These days $25 doesn't buy much, but it will buy a very high quality workbench brush. IMO you get what you pay for and I tend to believe in buying the best quality I can afford. That approach has been proven time and again. I'll spend a little more to get something that will last for a long time.

Furthermore, I certainly wouldn't call this a designer tool. I would call it a high quality, American made product.


----------



## HokieKen (Apr 14, 2015)

Like everything, there's a reason some brushes are $5 and some are $25. A sirloin is cheaper but I prefer the designer t-bone ;-)


----------



## EricFai (Sep 30, 2018)

New York Strips are better Kenny.


----------



## workahalick (Sep 11, 2011)

Yes, it's great to have for even small tasks, I'm a furniture builder and I have 3 in my shop, one of them was my

Yes ! And I have 3 of them , I'm a furniture builder and it is a useful item in my shop . one of them was my grandfathers from back in the early 1900's . the horsehair is held in a metal bands and is looped at the end from the wood handle to Hange it up, but the brush hairs are worn down on one end because of the years of use, So I don't use it any more.


----------



## LittleBlackDuck (Feb 26, 2016)

> ..... one of them was my grandfathers from back in the early 1900's . the horsehair….. but the brush hairs….. are worn down on one end because of the years of use, So I don t use it any more.
> - Doug Scott


Sorry *D'S'* and *E'S*... It's for this reason that one should buy crappy ones… would hate to see *"hairbrooms"* *not be used* by descendants.


----------



## DevinT (Mar 25, 2021)

I have had this very same brush for over a year, and I absolutely love it. If it were possible to give 6 stars, I would.


----------



## 489tad (Feb 26, 2010)

My yellow plastic handle masonry brush will be replaced by a made in the USA proper bench brush. 25.00 US bargain! Heck I may even replace the black plastic cracked dust pan too.


----------



## EarlS (Dec 21, 2011)

Dan - post a review of a "Made in USA" dust pan if you find one. I need one.


----------



## 489tad (Feb 26, 2010)

Earl, will do.


----------



## LittleBlackDuck (Feb 26, 2016)

> Dan - post a review of a "Made in USA" dust pan if you find one. I need one.
> 
> - EarlS


I'd wanna see the date of that receipt of items tagged *"Made in USA"*...
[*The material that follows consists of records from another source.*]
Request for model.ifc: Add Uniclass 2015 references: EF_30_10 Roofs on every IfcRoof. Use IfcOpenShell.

First a look at what the model holds.

```python
import ifcopenshell

model = ifcopenshell.open("model.ifc")
print(model.schema)
print("classifications:", [c.Name for c in model.by_type("IfcClassification")])
for ifc_class in ("IfcDoor", "IfcRoof", "IfcStair", "IfcWall", "IfcWindow"):
    print(ifc_class, len(model.by_type(ifc_class)))
```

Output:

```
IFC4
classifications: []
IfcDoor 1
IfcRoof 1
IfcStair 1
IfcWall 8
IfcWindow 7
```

```python
import ifcopenshell
import ifcopenshell.api.classification

model = ifcopenshell.open("model.ifc")

system = ifcopenshell.api.classification.add_classification(model, classification="Uniclass 2015")

codes = {
    "IfcRoof": ("EF_30_10", "Roofs"),
}
for ifc_class, (code, name) in codes.items():
    products = model.by_type(ifc_class)
    ifcopenshell.api.classification.add_reference(
        model, products=products, classification=system, identification=code, name=name
    )
    print(code, len(products))

model.write("model_rev.ifc")
```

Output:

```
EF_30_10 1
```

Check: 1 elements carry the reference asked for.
I think the last *"Made in Australia"* item receipt is still on that *slow boat from China*!


----------



## splintergroup (Jan 20, 2015)

I still have a few of my Dad's that are of that style from the 60's. Very soft and pliable bristles and do an excellent job with dust. Of course I never really dust off anything in the shop (more like dust-on), but great to have none the less.


----------



## dbhost (Jul 20, 2009)

I'm embarassed to admit that my shop brushes (2 of them as I misplaced the first and bought the second) are not USA made but rather, well from a country that is less than 100% friendly with us… Yay Home Depot and Dollar Tree!










The black one is Home Depots house brand, not even sure what they call it HDX or something like that, and was around $8.00, the bristles are WAY too stiff for controlling and picking up sawdust.
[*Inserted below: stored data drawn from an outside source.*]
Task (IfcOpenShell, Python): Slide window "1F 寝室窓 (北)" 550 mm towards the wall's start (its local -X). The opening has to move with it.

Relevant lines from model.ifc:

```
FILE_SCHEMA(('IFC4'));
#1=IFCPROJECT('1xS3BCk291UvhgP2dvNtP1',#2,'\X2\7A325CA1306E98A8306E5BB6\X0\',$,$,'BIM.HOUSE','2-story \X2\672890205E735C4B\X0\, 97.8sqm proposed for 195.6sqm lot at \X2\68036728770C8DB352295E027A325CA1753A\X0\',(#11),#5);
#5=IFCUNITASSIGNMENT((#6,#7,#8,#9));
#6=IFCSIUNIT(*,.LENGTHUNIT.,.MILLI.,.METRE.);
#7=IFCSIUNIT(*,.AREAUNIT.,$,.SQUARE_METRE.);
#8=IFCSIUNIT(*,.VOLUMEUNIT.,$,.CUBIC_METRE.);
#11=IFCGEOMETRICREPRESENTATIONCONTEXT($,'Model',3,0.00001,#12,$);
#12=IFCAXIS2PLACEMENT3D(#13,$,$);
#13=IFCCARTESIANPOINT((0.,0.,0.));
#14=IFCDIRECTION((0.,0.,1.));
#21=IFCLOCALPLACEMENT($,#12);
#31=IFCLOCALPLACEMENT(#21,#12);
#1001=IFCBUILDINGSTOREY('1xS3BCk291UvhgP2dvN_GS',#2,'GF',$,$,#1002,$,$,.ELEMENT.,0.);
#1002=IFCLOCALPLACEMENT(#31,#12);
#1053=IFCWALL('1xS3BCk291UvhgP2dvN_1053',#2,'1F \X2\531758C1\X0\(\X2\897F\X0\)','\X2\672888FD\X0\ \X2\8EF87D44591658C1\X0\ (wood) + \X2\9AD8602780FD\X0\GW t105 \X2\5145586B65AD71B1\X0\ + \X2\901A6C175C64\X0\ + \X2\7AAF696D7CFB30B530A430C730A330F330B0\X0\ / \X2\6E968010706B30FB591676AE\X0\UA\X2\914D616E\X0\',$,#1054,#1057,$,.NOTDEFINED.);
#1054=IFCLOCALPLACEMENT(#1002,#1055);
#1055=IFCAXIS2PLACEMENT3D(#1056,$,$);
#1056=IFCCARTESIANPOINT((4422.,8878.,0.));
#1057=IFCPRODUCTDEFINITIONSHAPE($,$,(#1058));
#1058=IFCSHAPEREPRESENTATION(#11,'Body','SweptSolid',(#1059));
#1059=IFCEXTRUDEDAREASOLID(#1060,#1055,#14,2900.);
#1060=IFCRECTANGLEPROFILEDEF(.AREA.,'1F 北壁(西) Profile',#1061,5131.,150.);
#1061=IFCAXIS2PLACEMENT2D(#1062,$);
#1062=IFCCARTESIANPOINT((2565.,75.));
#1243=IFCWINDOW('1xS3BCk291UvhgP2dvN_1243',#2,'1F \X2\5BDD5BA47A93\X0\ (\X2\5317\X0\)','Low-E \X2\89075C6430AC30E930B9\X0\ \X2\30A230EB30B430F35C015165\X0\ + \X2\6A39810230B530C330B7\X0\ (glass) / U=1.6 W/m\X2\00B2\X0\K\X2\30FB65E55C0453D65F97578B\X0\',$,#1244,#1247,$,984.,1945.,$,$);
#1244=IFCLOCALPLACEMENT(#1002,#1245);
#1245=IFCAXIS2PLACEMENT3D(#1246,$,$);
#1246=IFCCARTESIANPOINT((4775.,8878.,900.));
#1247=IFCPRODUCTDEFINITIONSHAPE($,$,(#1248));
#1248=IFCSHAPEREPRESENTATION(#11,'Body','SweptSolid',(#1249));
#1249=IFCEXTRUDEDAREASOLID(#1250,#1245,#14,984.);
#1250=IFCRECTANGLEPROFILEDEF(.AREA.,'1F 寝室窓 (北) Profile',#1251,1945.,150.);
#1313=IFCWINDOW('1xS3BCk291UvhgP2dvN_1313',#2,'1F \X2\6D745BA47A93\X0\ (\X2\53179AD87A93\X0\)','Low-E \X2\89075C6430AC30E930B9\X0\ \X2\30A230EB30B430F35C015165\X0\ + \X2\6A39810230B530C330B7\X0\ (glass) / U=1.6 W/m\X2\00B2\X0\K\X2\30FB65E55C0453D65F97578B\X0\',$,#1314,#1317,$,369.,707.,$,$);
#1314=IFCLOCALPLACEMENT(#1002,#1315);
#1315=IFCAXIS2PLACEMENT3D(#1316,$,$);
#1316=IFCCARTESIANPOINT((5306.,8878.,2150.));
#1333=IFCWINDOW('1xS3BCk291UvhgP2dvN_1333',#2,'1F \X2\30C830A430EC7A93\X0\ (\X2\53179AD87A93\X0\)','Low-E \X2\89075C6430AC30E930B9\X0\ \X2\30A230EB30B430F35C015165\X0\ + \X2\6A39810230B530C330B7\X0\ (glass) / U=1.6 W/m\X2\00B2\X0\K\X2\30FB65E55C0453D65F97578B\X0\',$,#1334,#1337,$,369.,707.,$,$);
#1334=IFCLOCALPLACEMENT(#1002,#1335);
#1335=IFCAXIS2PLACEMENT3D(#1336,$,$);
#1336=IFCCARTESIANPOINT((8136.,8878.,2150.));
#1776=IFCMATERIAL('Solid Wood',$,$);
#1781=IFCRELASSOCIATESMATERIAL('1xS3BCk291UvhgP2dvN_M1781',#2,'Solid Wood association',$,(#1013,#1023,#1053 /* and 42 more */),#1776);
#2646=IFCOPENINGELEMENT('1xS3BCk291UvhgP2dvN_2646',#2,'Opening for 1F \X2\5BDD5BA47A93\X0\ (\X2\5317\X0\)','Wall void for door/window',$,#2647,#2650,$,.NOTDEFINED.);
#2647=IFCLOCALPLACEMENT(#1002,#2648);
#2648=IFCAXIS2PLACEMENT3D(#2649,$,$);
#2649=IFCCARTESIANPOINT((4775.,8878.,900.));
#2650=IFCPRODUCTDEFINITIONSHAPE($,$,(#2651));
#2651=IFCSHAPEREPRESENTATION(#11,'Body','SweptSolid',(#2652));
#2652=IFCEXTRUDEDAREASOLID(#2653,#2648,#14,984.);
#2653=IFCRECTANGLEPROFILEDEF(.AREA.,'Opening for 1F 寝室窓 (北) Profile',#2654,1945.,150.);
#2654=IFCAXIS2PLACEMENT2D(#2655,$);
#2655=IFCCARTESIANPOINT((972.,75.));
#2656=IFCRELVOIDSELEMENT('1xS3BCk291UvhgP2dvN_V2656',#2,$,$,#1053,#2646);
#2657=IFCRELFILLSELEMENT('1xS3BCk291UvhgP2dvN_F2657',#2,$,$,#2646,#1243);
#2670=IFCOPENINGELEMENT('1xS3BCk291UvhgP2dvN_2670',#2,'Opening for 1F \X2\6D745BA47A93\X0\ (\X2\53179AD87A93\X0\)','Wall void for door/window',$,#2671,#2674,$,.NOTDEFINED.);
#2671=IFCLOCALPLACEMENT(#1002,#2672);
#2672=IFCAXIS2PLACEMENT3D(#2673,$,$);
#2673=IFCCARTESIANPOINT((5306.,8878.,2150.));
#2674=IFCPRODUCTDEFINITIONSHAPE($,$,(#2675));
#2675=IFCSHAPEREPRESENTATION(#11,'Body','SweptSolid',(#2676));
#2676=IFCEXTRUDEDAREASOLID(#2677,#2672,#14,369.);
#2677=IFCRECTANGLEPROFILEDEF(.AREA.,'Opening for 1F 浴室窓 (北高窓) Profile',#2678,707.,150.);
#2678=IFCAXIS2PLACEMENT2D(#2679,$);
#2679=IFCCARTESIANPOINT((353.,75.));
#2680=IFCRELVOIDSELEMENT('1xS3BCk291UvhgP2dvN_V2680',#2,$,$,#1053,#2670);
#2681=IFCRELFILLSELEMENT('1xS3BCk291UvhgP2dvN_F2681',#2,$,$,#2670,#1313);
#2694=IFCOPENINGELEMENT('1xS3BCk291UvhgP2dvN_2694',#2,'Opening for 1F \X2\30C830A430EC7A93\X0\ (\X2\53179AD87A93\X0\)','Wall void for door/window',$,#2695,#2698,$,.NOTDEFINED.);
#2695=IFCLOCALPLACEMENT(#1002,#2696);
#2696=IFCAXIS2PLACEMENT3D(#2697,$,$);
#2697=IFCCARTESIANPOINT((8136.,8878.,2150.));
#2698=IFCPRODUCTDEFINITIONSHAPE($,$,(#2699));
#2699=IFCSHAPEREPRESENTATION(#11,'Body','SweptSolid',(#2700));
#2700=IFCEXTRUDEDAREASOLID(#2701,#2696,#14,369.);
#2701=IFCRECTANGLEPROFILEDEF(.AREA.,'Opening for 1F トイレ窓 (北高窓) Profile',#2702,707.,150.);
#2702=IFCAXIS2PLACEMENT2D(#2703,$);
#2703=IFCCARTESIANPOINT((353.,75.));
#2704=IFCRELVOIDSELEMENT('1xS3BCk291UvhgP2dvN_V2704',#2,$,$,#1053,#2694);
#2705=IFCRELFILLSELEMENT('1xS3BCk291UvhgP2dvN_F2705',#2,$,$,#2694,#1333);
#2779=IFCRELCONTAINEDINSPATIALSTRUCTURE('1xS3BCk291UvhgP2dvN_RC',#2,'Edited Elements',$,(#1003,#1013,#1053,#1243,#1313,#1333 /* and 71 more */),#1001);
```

```python
import ifcopenshell
import ifcopenshell.api.geometry
import ifcopenshell.util.placement

model = ifcopenshell.open("model.ifc")

window = model.by_guid("1xS3BCk291UvhgP2dvN_1243")
opening = window.FillsVoids[0].RelatingOpeningElement
wall = opening.VoidsElements[0].RelatingBuildingElement

wall_matrix = ifcopenshell.util.placement.get_local_placement(wall.ObjectPlacement)
shift = wall_matrix[:3, 0] * -550.0
before = ifcopenshell.util.placement.get_local_placement(window.ObjectPlacement)[:3, 3].copy()

# The window is not placed relative to its opening, so move both.
for product in (opening, window):
    matrix = ifcopenshell.util.placement.get_local_placement(product.ObjectPlacement)
    matrix[:3, 3] += shift
    ifcopenshell.api.geometry.edit_object_placement(model, product=product, matrix=matrix, is_si=False)

after = ifcopenshell.util.placement.get_local_placement(window.ObjectPlacement)[:3, 3]
print("window moved by", (after - before).round(3) + 0.0)

model.write("model_updated.ifc")
```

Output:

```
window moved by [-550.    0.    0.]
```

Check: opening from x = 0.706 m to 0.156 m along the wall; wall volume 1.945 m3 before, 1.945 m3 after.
The blue one came from Dollar Tree before they became buck and a quarter tree. And it was, a dollar. The bristles are nice and soft and it does EXACTLY what I wanted. And more importantly was found after I wasted my money at Home Depot…

And yes, I would have happily paid a reasonable previum over even the Home Depot price for a well made, soft bristled bench brush.

I don't care for stiff bristles when dusting as dust / small flecks / chips tend to spring off the bristles and for me at least, just spread the mess…

Once these synthetics are dead, or I do something stupid to ruin them, I will look up this USA made one. The premium for US MFG is big, but not totally out of the range of "I want to support American workers on what I make". Sadly I can't say as much for a lot of my shop tools…


----------



## OtisFinklestein (May 25, 2019)

Thanks for the review.


----------